Collected data entries:

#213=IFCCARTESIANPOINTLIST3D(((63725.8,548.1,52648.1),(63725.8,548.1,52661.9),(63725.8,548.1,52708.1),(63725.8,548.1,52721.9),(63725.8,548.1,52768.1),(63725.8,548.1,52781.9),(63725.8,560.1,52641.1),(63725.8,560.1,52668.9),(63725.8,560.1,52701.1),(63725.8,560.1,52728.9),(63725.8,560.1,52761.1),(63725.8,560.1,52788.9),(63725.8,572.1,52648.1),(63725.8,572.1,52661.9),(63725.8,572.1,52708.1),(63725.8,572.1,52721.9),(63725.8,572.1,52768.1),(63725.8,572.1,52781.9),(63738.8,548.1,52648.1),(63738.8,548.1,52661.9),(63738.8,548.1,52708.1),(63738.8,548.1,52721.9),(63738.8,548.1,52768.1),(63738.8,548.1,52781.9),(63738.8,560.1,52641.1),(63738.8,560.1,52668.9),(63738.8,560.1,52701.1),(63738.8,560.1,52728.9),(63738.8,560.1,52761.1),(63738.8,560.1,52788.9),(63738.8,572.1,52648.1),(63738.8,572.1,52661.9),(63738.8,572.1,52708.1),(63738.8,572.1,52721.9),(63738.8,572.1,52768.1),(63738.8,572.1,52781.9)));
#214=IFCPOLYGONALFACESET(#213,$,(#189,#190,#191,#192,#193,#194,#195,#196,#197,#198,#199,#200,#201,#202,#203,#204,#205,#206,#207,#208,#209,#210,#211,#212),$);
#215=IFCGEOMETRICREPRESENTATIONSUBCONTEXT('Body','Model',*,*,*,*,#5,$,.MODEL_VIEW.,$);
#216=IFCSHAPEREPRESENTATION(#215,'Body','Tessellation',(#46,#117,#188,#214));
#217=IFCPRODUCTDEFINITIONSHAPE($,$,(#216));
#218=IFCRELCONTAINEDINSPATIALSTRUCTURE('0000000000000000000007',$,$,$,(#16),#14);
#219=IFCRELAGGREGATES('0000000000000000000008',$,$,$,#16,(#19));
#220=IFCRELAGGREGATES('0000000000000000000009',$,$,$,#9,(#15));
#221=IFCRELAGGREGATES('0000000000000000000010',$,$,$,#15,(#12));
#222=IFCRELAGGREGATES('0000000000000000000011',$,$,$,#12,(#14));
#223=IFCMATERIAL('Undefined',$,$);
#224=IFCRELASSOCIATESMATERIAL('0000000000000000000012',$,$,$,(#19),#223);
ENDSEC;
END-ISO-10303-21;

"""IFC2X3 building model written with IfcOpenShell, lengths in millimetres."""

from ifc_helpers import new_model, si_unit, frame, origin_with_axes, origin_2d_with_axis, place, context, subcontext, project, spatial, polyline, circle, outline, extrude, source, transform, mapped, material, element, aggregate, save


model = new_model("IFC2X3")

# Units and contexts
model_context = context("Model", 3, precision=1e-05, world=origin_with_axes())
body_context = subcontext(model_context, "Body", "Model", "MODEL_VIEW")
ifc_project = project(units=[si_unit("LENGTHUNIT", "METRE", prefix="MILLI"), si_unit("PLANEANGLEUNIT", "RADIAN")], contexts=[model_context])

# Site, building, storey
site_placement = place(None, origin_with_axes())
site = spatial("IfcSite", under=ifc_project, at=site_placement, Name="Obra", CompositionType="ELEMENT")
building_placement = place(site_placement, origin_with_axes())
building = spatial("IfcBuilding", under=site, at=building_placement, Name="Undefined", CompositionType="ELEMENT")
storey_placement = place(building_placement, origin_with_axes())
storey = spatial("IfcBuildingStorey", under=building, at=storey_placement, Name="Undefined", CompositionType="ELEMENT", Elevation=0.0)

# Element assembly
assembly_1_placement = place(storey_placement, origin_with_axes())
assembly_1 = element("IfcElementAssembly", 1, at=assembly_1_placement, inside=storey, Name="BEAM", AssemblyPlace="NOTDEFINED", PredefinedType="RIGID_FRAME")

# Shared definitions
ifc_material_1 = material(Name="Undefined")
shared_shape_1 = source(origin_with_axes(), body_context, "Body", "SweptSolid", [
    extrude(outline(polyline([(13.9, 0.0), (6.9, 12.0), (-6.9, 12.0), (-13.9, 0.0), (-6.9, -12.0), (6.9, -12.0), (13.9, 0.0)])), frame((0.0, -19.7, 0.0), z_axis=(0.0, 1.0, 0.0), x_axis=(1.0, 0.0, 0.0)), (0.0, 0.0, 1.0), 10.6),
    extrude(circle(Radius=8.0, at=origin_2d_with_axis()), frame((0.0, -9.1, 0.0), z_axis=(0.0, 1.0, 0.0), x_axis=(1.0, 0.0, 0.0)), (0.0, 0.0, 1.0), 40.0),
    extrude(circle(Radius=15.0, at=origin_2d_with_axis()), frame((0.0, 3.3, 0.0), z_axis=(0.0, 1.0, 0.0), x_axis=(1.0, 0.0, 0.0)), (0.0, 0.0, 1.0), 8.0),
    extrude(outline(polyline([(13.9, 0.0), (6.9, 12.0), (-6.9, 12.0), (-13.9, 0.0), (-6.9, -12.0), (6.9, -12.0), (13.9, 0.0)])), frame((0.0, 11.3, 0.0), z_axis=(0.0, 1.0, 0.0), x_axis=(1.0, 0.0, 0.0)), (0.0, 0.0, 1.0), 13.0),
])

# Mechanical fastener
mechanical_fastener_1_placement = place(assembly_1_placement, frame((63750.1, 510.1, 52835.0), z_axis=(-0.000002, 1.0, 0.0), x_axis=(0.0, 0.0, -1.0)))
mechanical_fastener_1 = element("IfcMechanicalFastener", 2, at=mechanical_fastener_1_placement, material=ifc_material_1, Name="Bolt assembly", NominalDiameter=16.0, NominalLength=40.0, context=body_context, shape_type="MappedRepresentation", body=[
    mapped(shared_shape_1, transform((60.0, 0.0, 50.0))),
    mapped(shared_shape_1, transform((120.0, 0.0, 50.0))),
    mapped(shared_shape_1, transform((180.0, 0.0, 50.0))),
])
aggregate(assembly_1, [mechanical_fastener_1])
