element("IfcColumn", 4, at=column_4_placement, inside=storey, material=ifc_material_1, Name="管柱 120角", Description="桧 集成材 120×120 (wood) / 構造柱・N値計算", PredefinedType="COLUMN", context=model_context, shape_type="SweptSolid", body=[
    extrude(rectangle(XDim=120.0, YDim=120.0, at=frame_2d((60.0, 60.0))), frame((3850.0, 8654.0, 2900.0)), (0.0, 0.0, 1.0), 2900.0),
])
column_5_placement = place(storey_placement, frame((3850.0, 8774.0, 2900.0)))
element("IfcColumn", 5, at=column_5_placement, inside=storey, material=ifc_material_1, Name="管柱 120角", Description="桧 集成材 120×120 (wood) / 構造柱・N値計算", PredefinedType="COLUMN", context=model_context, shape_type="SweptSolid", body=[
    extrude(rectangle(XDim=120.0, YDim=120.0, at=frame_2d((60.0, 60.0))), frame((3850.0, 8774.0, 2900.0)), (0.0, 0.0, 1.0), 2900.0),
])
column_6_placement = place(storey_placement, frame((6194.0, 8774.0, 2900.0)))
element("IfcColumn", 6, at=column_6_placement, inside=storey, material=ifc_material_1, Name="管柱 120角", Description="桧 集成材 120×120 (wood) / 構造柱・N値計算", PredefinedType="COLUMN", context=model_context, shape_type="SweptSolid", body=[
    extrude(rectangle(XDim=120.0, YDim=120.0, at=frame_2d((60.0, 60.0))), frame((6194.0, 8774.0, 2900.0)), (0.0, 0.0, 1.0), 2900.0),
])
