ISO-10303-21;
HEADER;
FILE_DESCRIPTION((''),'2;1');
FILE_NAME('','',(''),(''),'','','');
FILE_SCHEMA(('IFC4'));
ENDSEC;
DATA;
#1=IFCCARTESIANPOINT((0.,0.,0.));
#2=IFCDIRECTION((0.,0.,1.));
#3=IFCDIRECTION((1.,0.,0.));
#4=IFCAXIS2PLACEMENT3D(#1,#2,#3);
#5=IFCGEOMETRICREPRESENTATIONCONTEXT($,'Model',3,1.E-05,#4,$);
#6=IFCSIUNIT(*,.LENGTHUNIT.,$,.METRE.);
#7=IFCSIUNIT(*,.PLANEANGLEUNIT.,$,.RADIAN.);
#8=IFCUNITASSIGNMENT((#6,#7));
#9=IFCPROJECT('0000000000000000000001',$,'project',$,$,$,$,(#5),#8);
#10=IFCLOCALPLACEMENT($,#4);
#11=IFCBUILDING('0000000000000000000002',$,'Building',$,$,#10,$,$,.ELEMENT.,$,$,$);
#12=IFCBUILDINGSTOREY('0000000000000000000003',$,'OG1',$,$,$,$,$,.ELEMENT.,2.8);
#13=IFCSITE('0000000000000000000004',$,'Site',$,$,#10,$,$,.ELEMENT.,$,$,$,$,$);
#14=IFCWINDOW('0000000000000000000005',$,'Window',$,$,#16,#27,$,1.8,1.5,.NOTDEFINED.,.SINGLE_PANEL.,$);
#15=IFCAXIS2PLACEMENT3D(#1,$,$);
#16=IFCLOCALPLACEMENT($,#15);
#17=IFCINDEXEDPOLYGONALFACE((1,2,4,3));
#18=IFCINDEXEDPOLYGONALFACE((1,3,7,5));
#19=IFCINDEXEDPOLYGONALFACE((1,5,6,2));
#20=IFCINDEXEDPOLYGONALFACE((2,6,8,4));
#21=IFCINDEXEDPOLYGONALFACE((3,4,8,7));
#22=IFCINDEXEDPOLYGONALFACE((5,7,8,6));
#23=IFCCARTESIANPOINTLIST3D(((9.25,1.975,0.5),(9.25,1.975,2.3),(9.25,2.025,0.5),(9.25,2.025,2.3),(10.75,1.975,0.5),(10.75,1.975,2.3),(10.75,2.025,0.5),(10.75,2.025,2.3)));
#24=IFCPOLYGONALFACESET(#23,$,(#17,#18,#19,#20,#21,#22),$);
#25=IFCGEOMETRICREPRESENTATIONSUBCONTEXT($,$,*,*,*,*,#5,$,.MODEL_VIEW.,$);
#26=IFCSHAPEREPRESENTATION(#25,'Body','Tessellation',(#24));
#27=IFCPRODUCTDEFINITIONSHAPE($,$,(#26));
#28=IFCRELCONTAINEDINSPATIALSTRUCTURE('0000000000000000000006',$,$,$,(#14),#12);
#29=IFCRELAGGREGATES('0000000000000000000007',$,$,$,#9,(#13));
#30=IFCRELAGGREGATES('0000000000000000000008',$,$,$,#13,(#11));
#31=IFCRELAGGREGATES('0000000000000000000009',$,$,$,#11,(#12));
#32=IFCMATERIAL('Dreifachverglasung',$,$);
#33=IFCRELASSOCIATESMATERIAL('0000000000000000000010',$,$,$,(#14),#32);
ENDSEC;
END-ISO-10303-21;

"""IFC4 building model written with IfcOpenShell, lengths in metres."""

from ifc_helpers import new_model, si_unit, frame, origin, origin_with_axes, origin_2d, place, context, subcontext, project, spatial, rectangle, extrude, material, element, save


model = new_model("IFC4")

# Units and contexts
model_context = context("Model", 3, precision=1e-05, world=origin_with_axes())
sub_context = subcontext(model_context, None, None, "MODEL_VIEW")
ifc_project = project(units=[si_unit("LENGTHUNIT", "METRE"), si_unit("PLANEANGLEUNIT", "RADIAN")], contexts=[model_context])

# Site, building, storey
placement_1 = place(None, origin_with_axes())
site = spatial("IfcSite", under=ifc_project, at=placement_1, Name="Site", CompositionType="ELEMENT")
building = spatial("IfcBuilding", under=site, at=placement_1, Name="Building", CompositionType="ELEMENT")
storey = spatial("IfcBuildingStorey", under=building, Name="OG1", CompositionType="ELEMENT", Elevation=2.8)

# Window
ifc_material = material(Name="Dreifachverglasung")
placement_2 = place(None, origin_with_axes())
window_placement = place(placement_2, frame((10.0, 2.0, 0.5)))
element("IfcWindow", 1, at=window_placement, inside=storey, material=ifc_material, Name="Window", OverallHeight=1.8, OverallWidth=1.5, PartitioningType="SINGLE_PANEL", PredefinedType="NOTDEFINED", context=sub_context, shape_type="SweptSolid", body=[
    extrude(rectangle(XDim=1.5, YDim=0.05, at=origin_2d()), origin(), (0.0, 0.0, 1.0), 1.8),
])

save(model, "model.ifc")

TASK DETAILS: Lines that contain "polyline" are to be copied from the records above.

ANSWER BOX:
from ifc_helpers import new_model, si_unit, frame, origin_with_axes, origin_2d_with_axis, place, context, subcontext, project, spatial, polyline, circle, outline, extrude, source, transform, mapped, material, element, aggregate, save
    extrude(outline(polyline([(13.9, 0.0), (6.9, 12.0), (-6.9, 12.0), (-13.9, 0.0), (-6.9, -12.0), (6.9, -12.0), (13.9, 0.0)])), frame((0.0, -19.7, 0.0), z_axis=(0.0, 1.0, 0.0), x_axis=(1.0, 0.0, 0.0)), (0.0, 0.0, 1.0), 10.6),
    extrude(outline(polyline([(13.9, 0.0), (6.9, 12.0), (-6.9, 12.0), (-13.9, 0.0), (-6.9, -12.0), (6.9, -12.0), (13.9, 0.0)])), frame((0.0, 11.3, 0.0), z_axis=(0.0, 1.0, 0.0), x_axis=(1.0, 0.0, 0.0)), (0.0, 0.0, 1.0), 13.0),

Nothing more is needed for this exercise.